Monday, July 16, 2012

Gold Star

So...who out there participated in the Book It! program in school (for those who answered out loud or raised your hand you know I can't hear or see you right?)? I didn't realize that the program is still around! Wow! Yeah, I wasn't the best at reading when I was eligible for the program either....even with the prized Pizza Hut voucher (we didn't even have a Pizza Hut in the small town I grew up in but there was one next to the Sizzler's that we frequented on Sundays that was half way between the 30 miles that separated home and church). It's not that I don't enjoy reading and learning from what I read....it's that I'm trying to overcome the issue of feeling the need to multi-task at all times. I'm working on it...I promise. Some books make it really hard to keep me intrigued and others make it hard to put the book down. 

I just finished reading a book. Wait, it gets better. I finished it in less than a week. And, yes, it had more than 10 pages in it...240+ actually and no it did not have pictures in it. I hear the gasps right now. It's true. It happened. Mark this down as an achievement...and feel free to reward me with gifts for my good behavior. I purchased the book because 1.) I recently became acquainted with the author (this is not name dropping, but when he makes it big, and he will, then it's totally going to be a reminder to you I knew him when) and 2.) I was curious.

The book is called The Polar Bear and is written by Will Montgomery.  

Reason one for purchasing the book is self-explanatory, right? Good. Moving along. Reason two...curiosity. Why so curious? His description of the book for starters. 

     "Look, I'm not going to waste my time and yours (more importantly) writing a 
     summary of a book that you probably won't read anyway. I could fill up this space with
     attention-grabbing catchphrases and Christian cliches, but the entire point of this book 
     is the opposite of that. So if that's what you're looking for, then keep looking. But if 
     you're searching for a book that makes you laugh, makes you think, makes you angry, 
     and makes you re-examine your walk with Christ, then plunk down the money already 
     and let's get it started. 'The Polar Bear' awaits and I promise you won't regret it."

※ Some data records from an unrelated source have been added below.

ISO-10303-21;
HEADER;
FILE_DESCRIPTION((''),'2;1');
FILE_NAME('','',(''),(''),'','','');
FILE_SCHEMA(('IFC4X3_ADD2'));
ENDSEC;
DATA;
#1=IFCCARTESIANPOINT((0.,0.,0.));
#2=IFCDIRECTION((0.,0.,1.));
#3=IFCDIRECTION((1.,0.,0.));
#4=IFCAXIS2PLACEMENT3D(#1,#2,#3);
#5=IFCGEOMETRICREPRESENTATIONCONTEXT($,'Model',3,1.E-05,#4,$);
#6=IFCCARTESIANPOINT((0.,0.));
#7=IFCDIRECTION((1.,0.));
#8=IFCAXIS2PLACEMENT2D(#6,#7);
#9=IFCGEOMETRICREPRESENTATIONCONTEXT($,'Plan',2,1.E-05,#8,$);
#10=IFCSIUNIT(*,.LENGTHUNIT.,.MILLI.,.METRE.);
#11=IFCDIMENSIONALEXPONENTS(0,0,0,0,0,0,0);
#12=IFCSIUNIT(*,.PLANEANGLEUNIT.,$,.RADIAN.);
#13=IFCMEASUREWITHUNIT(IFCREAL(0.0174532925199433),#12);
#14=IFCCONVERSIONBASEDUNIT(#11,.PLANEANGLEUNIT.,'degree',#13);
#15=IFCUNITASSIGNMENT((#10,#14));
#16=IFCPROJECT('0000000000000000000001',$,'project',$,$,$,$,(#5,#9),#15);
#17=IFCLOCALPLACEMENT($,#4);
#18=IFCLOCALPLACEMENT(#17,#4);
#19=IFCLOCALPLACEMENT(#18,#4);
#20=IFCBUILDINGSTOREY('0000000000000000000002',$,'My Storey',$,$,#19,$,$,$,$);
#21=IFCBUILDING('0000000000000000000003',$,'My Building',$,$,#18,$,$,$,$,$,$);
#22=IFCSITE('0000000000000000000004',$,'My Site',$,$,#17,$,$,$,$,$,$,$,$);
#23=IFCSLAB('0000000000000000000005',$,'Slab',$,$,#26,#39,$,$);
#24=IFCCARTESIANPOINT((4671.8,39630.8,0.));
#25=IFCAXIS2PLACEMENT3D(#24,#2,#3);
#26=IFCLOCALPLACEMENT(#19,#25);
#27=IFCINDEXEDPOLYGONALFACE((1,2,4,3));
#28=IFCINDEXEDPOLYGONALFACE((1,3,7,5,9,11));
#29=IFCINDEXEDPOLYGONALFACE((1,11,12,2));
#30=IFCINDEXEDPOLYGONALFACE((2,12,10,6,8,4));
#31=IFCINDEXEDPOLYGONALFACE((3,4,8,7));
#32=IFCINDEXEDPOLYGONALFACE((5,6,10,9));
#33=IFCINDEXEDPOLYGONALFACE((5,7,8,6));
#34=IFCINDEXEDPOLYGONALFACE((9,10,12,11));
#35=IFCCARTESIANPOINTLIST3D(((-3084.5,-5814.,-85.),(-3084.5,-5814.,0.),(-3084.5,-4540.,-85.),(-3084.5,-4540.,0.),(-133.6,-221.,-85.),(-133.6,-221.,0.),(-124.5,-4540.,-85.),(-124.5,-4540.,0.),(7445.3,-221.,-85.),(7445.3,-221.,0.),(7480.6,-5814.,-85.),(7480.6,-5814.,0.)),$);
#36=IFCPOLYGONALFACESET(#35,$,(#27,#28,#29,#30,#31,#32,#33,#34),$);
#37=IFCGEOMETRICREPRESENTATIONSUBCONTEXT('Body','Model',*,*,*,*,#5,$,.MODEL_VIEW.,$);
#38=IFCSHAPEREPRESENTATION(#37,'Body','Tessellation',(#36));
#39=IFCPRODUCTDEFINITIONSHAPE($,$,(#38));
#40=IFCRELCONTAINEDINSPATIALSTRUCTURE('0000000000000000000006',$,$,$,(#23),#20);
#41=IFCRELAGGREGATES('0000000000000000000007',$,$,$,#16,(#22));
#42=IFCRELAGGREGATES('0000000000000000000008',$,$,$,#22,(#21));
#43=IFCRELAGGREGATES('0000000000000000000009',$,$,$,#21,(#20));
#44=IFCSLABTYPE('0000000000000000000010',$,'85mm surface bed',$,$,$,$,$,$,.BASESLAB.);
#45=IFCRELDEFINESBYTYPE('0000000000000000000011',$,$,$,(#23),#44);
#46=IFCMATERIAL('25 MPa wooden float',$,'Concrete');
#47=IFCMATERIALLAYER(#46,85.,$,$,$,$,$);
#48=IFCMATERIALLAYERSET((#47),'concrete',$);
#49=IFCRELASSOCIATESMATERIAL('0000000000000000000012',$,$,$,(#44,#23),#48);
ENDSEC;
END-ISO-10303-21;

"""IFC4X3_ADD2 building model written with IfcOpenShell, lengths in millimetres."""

from ifc_helpers import new_model, entity, si_unit, converted_unit, frame, origin_with_axes, origin_2d_with_axis, place, context, subcontext, project, spatial, indexed_curve, outline, extrude, material, layer, layer_set, layer_usage, type_object, element, save


model = new_model("IFC4X3_ADD2")

# Units and contexts
model_context = context("Model", 3, precision=1e-05, world=origin_with_axes())
plan_context = context("Plan", 2, precision=1e-05, world=origin_2d_with_axis())
body_context_1 = subcontext(model_context, "Body", "Model", "MODEL_VIEW")
ifc_project = project(units=[si_unit("LENGTHUNIT", "METRE", prefix="MILLI"), converted_unit("PLANEANGLEUNIT", "degree", entity("IfcReal", 0.0174532925199433), si_unit("PLANEANGLEUNIT", "RADIAN"), dimensions=[0, 0, 0, 0, 0, 0, 0])], contexts=[model_context, plan_context])

# Site, building, storey
site_placement = place(None, origin_with_axes())
site = spatial("IfcSite", under=ifc_project, at=site_placement, Name="My Site")
building_placement = place(site_placement, origin_with_axes())
building = spatial("IfcBuilding", under=site, at=building_placement, Name="My Building")
storey_placement = place(building_placement, origin_with_axes())
storey = spatial("IfcBuildingStorey", under=building, at=storey_placement, Name="My Storey")

# Slab
ifc_material_1 = material(Name="25 MPa wooden float", Category="Concrete")
ifc_layer_1 = layer(ifc_material_1, 85.0)
ifc_layer_set_1 = layer_set([ifc_layer_1], Name="concrete")
ifc_layer_usage_1 = layer_usage(ifc_layer_set_1, "AXIS3", "POSITIVE", -85.0)
slab_type = type_object("IfcSlabType", Name="85mm surface bed", PredefinedType="BASESLAB", material=ifc_layer_set_1)
slab_placement = place(storey_placement, frame((4671.8, 39630.8, 0.0), z_axis=(0.0, 0.0, 1.0), x_axis=(1.0, 0.0, 0.0)))
element("IfcSlab", 1, at=slab_placement, inside=storey, type_object=slab_type, material=ifc_layer_usage_1, Name="Slab", context=body_context_1, shape_type="SweptSolid", body=[
    extrude(outline(indexed_curve([(7445.3, -221.0), (7480.6, -5814.0), (-3084.5, -5814.0), (-3084.5, -4540.0), (-124.5, -4540.0), (-133.6, -221.0), (7445.3, -221.0)])), frame((0.0, 0.0, -85.0), z_axis=(0.0, 0.0, 1.0), x_axis=(1.0, 0.0, 0.0)), (0.0, 0.0, 1.0), 85.0),
])

save(model, "model.ifc")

Yep. You know you want to read it now too, don't you? And seriously...it's called The Polar Bear, but is not a fiction book...so...yeah, it piques ones interest (well, it did mine at least). 

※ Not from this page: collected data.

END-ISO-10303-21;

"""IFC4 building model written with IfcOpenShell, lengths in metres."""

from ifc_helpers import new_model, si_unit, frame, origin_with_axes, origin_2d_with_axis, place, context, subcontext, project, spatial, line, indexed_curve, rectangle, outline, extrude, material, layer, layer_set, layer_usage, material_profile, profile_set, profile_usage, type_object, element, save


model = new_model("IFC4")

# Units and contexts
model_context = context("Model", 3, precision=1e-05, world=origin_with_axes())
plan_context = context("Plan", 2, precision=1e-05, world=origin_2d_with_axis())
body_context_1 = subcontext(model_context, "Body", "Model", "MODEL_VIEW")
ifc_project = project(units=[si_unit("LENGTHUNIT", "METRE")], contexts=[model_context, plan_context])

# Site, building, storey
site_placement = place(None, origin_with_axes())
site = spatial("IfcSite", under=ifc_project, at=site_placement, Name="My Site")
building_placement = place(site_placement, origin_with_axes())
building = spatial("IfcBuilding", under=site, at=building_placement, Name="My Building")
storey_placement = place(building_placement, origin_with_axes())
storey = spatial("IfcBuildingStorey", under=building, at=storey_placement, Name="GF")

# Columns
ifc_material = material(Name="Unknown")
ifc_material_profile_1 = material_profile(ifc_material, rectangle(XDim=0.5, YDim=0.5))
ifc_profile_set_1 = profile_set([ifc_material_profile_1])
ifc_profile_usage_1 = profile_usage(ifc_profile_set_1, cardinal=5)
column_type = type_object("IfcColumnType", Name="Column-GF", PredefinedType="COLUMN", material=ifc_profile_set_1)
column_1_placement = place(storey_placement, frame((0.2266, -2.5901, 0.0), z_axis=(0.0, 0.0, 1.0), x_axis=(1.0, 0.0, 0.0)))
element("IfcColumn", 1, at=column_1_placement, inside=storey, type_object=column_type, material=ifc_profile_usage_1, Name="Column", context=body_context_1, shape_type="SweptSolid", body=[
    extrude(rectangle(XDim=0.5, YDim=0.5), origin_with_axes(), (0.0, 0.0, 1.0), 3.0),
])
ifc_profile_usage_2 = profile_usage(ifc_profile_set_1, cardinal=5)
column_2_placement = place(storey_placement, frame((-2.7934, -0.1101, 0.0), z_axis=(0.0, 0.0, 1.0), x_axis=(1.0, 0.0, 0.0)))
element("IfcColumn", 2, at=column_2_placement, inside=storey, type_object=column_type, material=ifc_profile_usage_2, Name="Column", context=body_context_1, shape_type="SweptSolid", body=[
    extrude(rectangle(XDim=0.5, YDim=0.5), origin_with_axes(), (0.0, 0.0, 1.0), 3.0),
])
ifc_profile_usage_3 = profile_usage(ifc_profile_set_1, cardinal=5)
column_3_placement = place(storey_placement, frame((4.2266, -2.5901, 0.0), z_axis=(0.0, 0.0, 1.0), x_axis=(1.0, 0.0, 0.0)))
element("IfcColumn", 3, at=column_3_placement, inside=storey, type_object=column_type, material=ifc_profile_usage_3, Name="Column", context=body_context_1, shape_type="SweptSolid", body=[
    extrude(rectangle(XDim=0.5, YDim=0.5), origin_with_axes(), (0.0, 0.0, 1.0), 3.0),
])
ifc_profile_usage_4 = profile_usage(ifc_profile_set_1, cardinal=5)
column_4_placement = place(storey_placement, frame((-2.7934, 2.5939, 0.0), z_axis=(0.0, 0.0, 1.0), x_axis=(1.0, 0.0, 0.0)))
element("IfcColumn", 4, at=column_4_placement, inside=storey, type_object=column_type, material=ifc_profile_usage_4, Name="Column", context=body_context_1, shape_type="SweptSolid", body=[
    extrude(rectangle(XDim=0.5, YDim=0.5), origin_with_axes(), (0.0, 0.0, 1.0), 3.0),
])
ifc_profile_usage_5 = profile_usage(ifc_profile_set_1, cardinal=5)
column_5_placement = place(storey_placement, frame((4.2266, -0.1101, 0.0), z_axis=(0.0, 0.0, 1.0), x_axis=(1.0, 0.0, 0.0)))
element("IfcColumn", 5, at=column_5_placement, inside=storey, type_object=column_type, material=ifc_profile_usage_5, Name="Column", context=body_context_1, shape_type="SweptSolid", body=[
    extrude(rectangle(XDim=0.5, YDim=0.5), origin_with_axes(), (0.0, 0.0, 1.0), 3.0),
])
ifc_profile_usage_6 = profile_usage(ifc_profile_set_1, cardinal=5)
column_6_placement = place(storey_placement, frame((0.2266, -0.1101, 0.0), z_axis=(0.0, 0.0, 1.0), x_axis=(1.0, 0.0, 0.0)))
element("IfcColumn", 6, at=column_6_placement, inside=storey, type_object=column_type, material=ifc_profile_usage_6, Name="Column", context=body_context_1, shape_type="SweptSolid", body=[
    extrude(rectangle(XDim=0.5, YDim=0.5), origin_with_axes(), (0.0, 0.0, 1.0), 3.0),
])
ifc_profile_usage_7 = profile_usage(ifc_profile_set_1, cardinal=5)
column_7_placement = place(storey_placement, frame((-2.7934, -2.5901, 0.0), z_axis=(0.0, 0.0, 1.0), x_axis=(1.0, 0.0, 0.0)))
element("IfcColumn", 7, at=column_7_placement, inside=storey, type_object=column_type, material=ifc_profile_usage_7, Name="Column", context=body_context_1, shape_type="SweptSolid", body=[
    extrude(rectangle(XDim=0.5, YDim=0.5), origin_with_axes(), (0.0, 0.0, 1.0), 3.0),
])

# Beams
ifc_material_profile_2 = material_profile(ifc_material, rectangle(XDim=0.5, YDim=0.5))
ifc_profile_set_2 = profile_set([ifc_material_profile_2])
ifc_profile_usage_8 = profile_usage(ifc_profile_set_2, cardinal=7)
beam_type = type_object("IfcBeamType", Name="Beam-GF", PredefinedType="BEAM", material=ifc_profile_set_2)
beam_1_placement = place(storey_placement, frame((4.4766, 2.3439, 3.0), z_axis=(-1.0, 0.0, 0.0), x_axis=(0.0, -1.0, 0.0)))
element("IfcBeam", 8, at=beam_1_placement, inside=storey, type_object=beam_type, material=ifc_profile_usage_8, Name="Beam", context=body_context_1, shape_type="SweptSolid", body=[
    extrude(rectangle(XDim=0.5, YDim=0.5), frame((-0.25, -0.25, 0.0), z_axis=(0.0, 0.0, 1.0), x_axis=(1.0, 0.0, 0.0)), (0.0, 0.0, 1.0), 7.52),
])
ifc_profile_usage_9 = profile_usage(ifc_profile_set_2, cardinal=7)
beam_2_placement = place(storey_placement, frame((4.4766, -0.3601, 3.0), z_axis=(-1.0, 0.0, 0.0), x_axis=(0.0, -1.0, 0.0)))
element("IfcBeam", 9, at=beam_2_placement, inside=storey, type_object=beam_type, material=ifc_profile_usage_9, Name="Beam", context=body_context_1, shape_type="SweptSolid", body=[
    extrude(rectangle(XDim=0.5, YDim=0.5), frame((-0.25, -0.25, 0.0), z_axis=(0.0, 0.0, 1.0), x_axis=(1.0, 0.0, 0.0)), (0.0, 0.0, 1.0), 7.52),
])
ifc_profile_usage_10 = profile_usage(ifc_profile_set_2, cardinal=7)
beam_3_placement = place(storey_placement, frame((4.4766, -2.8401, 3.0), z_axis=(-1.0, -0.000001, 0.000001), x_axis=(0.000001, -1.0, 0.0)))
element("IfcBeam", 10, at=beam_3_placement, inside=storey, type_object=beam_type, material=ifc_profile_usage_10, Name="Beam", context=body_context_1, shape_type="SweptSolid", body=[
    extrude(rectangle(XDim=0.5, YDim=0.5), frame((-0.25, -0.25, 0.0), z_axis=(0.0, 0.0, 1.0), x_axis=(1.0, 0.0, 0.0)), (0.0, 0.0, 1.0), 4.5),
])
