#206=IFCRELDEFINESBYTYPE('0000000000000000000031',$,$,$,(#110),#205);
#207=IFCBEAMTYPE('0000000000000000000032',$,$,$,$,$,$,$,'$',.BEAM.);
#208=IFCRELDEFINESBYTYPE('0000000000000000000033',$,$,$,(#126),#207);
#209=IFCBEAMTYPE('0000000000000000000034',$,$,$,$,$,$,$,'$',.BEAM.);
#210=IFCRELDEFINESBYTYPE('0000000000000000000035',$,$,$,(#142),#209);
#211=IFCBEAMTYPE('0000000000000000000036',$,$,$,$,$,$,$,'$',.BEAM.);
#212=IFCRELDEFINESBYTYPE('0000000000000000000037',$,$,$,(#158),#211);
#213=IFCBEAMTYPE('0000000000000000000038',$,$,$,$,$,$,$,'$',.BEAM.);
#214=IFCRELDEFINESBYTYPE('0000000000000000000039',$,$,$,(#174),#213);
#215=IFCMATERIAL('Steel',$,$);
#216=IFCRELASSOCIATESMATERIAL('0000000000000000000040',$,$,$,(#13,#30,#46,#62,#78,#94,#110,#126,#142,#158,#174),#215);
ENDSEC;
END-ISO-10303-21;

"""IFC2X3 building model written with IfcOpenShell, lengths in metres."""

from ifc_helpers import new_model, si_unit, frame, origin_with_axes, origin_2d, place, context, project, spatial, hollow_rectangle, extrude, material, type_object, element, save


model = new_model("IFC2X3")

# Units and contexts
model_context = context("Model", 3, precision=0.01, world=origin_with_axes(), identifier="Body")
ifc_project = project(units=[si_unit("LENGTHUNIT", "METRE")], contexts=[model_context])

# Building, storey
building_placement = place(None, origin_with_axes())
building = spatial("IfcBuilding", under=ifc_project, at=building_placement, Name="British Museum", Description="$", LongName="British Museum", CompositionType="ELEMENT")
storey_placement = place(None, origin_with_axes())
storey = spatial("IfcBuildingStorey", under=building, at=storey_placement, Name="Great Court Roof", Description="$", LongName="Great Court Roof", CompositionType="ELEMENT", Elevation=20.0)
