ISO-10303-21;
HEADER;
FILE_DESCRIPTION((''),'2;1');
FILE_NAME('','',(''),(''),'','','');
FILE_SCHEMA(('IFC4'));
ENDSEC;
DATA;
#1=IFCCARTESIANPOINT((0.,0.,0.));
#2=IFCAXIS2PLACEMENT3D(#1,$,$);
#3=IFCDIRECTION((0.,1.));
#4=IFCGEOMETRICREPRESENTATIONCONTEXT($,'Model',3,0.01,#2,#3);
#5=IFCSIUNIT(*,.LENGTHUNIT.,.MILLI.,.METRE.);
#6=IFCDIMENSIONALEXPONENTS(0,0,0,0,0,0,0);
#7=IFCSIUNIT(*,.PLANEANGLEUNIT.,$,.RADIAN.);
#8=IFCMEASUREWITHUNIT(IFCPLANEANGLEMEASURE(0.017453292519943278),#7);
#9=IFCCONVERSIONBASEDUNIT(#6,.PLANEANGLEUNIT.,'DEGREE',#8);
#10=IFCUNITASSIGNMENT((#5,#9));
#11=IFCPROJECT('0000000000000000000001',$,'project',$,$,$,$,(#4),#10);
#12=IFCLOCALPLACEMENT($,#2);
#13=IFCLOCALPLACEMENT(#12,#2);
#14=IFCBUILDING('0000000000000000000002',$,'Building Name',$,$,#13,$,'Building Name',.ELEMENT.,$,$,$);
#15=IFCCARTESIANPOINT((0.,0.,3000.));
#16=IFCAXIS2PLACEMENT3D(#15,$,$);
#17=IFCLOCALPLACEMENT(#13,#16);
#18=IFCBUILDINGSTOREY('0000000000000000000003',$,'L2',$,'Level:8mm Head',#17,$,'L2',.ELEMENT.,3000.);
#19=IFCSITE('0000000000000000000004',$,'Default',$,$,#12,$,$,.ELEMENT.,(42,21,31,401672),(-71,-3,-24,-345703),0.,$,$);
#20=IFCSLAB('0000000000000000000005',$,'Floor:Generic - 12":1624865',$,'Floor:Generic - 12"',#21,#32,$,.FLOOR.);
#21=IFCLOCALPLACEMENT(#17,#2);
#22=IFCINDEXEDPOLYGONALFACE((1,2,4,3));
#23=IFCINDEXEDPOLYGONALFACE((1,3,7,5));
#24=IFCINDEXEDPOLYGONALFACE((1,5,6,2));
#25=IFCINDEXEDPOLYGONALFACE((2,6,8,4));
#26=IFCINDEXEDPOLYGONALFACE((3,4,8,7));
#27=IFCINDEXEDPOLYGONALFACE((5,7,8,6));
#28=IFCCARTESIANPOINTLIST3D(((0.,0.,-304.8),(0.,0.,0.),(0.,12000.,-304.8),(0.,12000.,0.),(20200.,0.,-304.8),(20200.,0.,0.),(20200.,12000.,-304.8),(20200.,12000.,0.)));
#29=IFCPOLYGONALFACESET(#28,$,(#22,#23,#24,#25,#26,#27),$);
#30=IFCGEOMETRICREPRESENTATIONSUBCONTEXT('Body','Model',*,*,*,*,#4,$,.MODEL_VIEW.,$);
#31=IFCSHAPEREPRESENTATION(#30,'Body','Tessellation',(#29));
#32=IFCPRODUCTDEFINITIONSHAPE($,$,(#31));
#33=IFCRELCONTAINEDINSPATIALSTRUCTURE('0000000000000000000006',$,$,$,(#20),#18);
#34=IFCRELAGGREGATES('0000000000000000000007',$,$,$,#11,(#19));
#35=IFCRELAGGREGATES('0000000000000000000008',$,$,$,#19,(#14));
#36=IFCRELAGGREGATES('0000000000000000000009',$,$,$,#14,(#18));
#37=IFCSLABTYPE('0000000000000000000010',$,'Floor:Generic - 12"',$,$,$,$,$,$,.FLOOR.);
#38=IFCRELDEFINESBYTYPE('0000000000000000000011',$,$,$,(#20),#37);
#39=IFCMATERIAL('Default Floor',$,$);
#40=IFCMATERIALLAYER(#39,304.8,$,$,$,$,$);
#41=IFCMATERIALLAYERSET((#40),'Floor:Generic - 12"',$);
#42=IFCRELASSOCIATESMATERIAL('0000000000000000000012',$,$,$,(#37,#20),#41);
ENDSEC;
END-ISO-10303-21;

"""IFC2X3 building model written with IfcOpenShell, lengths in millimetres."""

from ifc_helpers import new_model, entity, si_unit, converted_unit, direction, frame, origin, origin_2d_with_axis, place, context, subcontext, project, spatial, rectangle, extrude, material, layer, layer_set, layer_usage, type_object, element, save


model = new_model("IFC2X3")

# Units and contexts
model_context = context("Model", 3, precision=0.01, world=origin(), true_north=direction((0.0, 1.0)))
body_context = subcontext(model_context, "Body", "Model", "MODEL_VIEW")
ifc_project = project(units=[si_unit("LENGTHUNIT", "METRE", prefix="MILLI"), converted_unit("PLANEANGLEUNIT", "DEGREE", entity("IfcPlaneAngleMeasure", 0.017453292519943278), si_unit("PLANEANGLEUNIT", "RADIAN"), dimensions=[0, 0, 0, 0, 0, 0, 0])], contexts=[model_context])

# Site, building, storey
site_placement = place(None, origin())
site = spatial("IfcSite", under=ifc_project, at=site_placement, Name="Default", CompositionType="ELEMENT", RefLatitude=(42, 21, 31, 401672), RefLongitude=(-71, -3, -24, -345703), RefElevation=0.0)
building_placement = place(site_placement, origin())
building = spatial("IfcBuilding", under=site, at=building_placement, Name="Building Name", LongName="Building Name", CompositionType="ELEMENT")
storey_placement = place(building_placement, frame((0.0, 0.0, 3000.0)))
storey = spatial("IfcBuildingStorey", under=building, at=storey_placement, Name="L2", ObjectType="Level:8mm Head", LongName="L2", CompositionType="ELEMENT", Elevation=3000.0)

# Slab
ifc_material = material(Name="Default Floor")
ifc_layer = layer(ifc_material, 304.8)
ifc_layer_set = layer_set([ifc_layer], Name="Floor:Generic - 12\"")
ifc_layer_usage = layer_usage(ifc_layer_set, "AXIS3", "POSITIVE", 0.0)
slab_type = type_object("IfcSlabType", Name="Floor:Generic - 12\"", PredefinedType="FLOOR", material=ifc_layer_set)
slab_placement = place(storey_placement, origin())
element("IfcSlab", 1, at=slab_placement, inside=storey, type_object=slab_type, material=ifc_layer_usage, Name="Floor:Generic - 12\":1624865", ObjectType="Floor:Generic - 12\"", PredefinedType="FLOOR", context=body_context, shape_type="SweptSolid", body=[
    extrude(rectangle(XDim=12000.0, YDim=20200.0, at=origin_2d_with_axis()), frame((10100.0, 6000.0, 0.0), z_axis=(0.0, 0.0, -1.0), x_axis=(0.0, 1.0, 0.0)), (0.0, 0.0, 1.0), 304.8),
])

save(model, "model.ifc")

Thankfully (and probably obvious by now) it was one of those books that was hard to put down...BUT...after each chapter I felt the need to put it down on purpose. Why, you ask? Well, first thanks for asking. Let me tell you why. Each chapter is brimming with perspective on a specific topic like Culture, Speech, Truth, Sin, Prayer to name a few. I'm not going to delve into any of the topics. I'll let you read it for yourself (because you all are so impressed that I read it in 5 days I know that it's causing you to purchase it now), but I will encourage you to take your time really mulling over each chapter. They are the very core values in which we make every decision based on and should be processed with diligence and with an open heart and mind. I'm not saying you will agree with it all, but it does offer a perspective that makes you think.

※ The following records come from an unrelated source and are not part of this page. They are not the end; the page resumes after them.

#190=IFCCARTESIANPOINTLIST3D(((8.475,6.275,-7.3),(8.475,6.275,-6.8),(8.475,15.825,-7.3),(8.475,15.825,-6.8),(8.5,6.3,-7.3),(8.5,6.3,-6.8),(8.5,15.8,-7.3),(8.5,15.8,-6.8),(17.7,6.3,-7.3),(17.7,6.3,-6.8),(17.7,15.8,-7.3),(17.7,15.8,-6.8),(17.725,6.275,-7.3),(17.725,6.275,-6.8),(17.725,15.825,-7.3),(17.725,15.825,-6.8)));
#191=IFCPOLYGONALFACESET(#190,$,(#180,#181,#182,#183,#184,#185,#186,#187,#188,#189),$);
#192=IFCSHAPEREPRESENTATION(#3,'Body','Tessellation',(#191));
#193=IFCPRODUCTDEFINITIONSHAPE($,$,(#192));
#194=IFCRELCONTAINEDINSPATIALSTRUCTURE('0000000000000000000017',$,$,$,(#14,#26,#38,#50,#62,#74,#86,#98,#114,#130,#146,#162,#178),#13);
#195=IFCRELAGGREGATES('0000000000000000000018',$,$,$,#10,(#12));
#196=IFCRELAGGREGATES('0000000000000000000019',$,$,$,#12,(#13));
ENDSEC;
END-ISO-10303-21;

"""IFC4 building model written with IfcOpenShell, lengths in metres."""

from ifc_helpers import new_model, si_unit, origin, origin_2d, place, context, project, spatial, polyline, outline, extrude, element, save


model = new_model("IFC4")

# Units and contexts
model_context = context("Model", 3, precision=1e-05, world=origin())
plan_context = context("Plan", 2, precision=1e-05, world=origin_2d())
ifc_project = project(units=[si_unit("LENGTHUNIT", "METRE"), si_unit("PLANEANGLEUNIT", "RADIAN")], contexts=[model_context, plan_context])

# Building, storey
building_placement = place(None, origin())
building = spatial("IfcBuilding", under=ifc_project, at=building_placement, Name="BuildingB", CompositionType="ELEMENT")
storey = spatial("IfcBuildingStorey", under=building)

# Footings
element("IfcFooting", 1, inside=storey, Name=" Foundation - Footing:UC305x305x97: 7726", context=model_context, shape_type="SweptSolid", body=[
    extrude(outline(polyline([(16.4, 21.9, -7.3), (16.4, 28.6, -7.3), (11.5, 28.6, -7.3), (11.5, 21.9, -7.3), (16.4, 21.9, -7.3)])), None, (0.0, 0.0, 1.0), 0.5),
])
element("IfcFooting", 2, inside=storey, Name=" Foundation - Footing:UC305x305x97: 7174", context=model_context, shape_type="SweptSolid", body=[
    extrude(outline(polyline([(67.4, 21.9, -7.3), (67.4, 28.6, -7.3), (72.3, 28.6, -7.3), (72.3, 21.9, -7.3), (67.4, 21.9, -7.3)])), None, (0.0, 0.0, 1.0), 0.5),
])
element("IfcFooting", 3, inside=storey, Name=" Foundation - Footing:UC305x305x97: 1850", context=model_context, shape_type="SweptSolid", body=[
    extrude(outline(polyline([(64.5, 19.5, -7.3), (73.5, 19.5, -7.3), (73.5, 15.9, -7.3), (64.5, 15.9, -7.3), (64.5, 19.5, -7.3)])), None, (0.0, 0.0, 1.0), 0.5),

The style of writing also makes it a super easy read. And by easy, I don't mean that the content is lacking depth or weight in any way, shape or form. What I do mean is that rather than it feeling as if it's a dissertation that proves research matter-of-factly (yep, that's most definitely a real word...I'm not an author...so I looked it up to make sure...ha!), instead it reads as a heart that has searched for answers sharing with you it's findings in what feels like a dialogue. It's like a conversation with a good friend. If you're at all skeptical take some time to read through the author's blog on his website...www.WriterWill.com. If not, buy the book, make yourself a cup of tea and enjoy. After you read the book, I'd love to hear your opinion (and since only 3 people read this blog...I might even offer to discuss it over some Starbucks or Maté...sorry, Ruth, you'll have to come here for that). 

Now would probably be the appropriate time to ask for your book recommendations, but who am I kidding. I've got a stack I haven't started yet. Baby steps, folks, baby steps.